*Records for this exercise*
Start of Block

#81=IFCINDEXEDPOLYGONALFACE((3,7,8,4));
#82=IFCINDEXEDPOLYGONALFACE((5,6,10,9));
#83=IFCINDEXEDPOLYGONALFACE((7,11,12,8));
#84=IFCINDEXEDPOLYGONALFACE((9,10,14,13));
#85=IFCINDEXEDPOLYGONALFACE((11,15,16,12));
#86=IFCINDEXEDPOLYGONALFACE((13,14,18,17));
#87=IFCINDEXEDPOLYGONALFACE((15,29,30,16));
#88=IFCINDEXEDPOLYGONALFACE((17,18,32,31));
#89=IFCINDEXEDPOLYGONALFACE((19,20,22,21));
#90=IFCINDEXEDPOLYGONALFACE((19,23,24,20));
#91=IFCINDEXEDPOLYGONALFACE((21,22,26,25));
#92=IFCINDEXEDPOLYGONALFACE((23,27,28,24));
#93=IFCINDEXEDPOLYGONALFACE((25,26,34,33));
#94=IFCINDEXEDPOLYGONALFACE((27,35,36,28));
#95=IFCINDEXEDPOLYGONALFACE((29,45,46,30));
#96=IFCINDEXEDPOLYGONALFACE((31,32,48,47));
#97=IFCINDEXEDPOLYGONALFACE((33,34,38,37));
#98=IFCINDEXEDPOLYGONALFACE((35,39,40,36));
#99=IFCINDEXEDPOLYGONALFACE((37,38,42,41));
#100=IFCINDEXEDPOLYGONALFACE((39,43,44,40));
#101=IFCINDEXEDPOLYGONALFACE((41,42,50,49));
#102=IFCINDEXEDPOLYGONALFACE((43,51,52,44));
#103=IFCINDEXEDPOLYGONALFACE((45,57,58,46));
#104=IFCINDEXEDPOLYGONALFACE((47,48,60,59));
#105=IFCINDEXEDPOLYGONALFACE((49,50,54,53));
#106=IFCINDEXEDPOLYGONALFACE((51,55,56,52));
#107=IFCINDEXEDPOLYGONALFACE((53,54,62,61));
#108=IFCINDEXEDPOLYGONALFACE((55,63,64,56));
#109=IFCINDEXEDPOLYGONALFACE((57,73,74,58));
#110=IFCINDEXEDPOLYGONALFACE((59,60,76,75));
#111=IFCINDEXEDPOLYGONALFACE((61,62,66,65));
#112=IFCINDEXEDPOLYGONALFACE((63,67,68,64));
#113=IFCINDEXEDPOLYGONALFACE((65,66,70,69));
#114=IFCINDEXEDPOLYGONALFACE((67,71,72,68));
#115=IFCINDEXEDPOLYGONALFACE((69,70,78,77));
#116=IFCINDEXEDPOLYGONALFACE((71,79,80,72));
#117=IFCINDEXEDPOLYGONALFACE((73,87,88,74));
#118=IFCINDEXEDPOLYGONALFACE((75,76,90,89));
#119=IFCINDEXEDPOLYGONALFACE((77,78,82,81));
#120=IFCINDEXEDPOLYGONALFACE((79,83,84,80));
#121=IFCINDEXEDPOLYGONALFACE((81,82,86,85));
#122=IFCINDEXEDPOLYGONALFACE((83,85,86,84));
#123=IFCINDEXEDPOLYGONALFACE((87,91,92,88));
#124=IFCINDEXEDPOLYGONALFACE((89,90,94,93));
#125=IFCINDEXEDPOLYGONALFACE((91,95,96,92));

End of Block

*Problem statement*
Restate the records above verbatim up to and including the line containing "#86=IFCINDEXEDPOLYGONALFACE((13,14,18,17));".

*Answer space*
#81=IFCINDEXEDPOLYGONALFACE((3,7,8,4));
#82=IFCINDEXEDPOLYGONALFACE((5,6,10,9));
#83=IFCINDEXEDPOLYGONALFACE((7,11,12,8));
#84=IFCINDEXEDPOLYGONALFACE((9,10,14,13));
#85=IFCINDEXEDPOLYGONALFACE((11,15,16,12));
#86=IFCINDEXEDPOLYGONALFACE((13,14,18,17));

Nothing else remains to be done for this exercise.